Sombrio e desolado você já não vê luz no fim do túnel e pensa que chegou ao fim da linha. Jamais imaginou que ela faria as malas e partiria para os braços de outro alguém. Aquela casa está vazia demais sem ela e você, desorientado, não consegue seguir em frente. Eu entendo. Perder um amor assim: deixa a gente estarrecido. Os dias se tornam noite e a lua, maldita, ilumina quando você não quer, nunca mais, encarar a realidade. As ruas não te levam a lugar nenhum e a chave já não abre mais a mesma porta. São calabouços que abrigam frio e vazio. Dói, queima, arde.

Ela era sua. Cuidava da sua casa, das suas roupas e das suas noites. Massageava seus pés e seu ego. Te fazia um cafuné e, ao acordar, preparava um café quente. Aceitava seus porres, suas mentiras e até os desaparecimentos repentinos. Sempre acabava te recebendo de braços abertos. Era amor, não era? Ou era medo?
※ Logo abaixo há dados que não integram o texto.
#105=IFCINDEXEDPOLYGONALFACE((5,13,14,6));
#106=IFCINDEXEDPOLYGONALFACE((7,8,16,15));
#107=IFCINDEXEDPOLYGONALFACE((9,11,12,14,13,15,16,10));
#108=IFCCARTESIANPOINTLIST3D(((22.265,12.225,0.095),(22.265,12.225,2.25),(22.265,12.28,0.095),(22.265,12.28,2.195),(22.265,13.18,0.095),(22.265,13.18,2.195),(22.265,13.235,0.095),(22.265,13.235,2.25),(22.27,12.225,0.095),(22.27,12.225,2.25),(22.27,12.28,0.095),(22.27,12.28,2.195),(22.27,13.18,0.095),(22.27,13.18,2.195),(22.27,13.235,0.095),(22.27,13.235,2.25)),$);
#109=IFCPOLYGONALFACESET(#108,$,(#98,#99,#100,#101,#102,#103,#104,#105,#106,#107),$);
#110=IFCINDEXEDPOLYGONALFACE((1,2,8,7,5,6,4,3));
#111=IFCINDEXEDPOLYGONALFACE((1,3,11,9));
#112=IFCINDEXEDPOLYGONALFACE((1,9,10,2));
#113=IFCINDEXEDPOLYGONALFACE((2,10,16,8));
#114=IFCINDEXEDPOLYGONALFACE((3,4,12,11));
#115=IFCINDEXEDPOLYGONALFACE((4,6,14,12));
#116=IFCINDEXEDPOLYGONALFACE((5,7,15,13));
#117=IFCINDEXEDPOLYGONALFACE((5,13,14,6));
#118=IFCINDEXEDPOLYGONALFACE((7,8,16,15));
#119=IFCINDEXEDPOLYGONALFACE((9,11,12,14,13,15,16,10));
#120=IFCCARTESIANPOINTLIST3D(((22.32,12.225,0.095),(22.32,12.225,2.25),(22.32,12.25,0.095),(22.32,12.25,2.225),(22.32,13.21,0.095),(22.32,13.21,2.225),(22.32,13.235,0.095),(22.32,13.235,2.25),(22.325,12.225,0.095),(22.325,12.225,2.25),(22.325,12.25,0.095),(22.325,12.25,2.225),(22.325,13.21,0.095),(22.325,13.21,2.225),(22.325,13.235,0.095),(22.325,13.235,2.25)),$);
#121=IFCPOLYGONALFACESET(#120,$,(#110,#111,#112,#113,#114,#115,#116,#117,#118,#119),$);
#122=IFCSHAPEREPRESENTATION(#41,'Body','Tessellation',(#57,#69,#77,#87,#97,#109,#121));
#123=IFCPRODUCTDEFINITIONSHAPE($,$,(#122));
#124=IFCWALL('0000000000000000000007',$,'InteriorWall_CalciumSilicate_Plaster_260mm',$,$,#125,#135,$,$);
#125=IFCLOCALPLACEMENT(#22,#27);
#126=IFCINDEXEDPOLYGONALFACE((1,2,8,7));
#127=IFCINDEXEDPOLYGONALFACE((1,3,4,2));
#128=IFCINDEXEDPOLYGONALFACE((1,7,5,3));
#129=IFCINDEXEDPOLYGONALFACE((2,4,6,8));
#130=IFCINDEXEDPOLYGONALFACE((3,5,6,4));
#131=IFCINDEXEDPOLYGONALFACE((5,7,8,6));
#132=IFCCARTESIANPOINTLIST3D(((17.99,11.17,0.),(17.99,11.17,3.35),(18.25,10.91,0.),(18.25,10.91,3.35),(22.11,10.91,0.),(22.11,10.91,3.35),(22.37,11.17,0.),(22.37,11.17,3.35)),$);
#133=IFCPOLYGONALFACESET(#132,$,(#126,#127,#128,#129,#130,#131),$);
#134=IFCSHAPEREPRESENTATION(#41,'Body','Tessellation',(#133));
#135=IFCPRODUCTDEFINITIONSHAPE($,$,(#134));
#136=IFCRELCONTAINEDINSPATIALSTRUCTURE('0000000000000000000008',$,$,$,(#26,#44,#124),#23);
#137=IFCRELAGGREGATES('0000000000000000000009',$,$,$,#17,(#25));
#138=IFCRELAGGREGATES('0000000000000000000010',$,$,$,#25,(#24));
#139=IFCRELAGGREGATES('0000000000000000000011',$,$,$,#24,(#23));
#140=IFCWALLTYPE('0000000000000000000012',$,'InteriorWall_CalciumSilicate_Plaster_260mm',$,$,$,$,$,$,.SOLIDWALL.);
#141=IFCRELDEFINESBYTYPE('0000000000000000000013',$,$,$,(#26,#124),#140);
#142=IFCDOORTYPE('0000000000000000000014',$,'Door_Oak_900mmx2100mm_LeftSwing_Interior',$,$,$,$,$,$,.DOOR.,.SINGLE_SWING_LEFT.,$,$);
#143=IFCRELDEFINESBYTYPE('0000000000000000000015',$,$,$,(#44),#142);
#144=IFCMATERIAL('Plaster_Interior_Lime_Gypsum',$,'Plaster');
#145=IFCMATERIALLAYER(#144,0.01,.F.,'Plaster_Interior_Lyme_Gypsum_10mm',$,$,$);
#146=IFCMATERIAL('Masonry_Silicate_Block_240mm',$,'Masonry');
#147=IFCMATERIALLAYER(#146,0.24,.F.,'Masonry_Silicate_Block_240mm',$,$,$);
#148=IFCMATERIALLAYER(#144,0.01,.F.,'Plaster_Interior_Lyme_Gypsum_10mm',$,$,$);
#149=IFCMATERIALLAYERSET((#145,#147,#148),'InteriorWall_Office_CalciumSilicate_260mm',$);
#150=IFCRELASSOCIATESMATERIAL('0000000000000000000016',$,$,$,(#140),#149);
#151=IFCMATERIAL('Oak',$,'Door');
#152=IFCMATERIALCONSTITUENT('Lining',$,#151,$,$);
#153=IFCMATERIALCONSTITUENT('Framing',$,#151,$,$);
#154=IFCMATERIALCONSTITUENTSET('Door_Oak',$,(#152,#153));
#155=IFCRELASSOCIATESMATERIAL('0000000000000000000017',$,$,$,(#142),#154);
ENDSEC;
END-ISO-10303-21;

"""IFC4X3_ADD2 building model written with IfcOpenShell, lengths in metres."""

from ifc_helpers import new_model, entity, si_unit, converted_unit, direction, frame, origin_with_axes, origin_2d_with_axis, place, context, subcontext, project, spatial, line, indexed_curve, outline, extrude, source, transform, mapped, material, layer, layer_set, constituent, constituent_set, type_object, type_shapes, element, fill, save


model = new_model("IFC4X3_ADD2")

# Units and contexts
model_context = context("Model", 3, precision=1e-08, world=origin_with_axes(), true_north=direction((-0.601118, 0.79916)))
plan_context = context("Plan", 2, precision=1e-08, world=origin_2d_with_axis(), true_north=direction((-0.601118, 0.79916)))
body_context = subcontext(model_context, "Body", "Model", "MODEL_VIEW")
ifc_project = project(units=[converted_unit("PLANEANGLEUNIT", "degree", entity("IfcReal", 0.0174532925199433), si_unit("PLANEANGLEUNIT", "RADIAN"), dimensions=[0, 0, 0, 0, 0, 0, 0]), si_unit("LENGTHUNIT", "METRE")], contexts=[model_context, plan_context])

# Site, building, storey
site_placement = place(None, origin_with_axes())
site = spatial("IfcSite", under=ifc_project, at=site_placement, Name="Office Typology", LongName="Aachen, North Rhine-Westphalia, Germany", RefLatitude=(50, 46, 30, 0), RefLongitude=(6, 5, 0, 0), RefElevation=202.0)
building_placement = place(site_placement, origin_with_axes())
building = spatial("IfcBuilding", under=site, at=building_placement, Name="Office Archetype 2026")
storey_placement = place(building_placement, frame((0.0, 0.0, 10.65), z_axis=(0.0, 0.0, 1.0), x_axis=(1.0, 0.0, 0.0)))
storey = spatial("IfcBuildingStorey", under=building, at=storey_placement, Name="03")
Hoje ela sorri nos braços de outro e não pensa em você. É justamente isso que te deixa possesso. Ela teve coragem, meu amigo. Ela resgatou as forças do fundo do poço, onde você a arremessou, e voou para longe. Para um abraço que a abrigasse. Ela não permitiu que seu punho tocasse seu rosto novamente. Ela cansou de apanhar e encerrou a sessão de golpes e pontapés. Cansou de remediar as feridas e fazer novos curativos a cada rompante seu. Ela desistiu de implorar para que você parasse. Todo sangue derramado foi em vão. Ela não permite mais abusos. Toda a violência que você despejou nesta mulher a transformou em fortaleza. Nos braços do amor ela superou a dor de toda a tortura. A brutalidade, então se findou. Ela assinou a própria carta de alforria e, hoje, é você o escravo a dor.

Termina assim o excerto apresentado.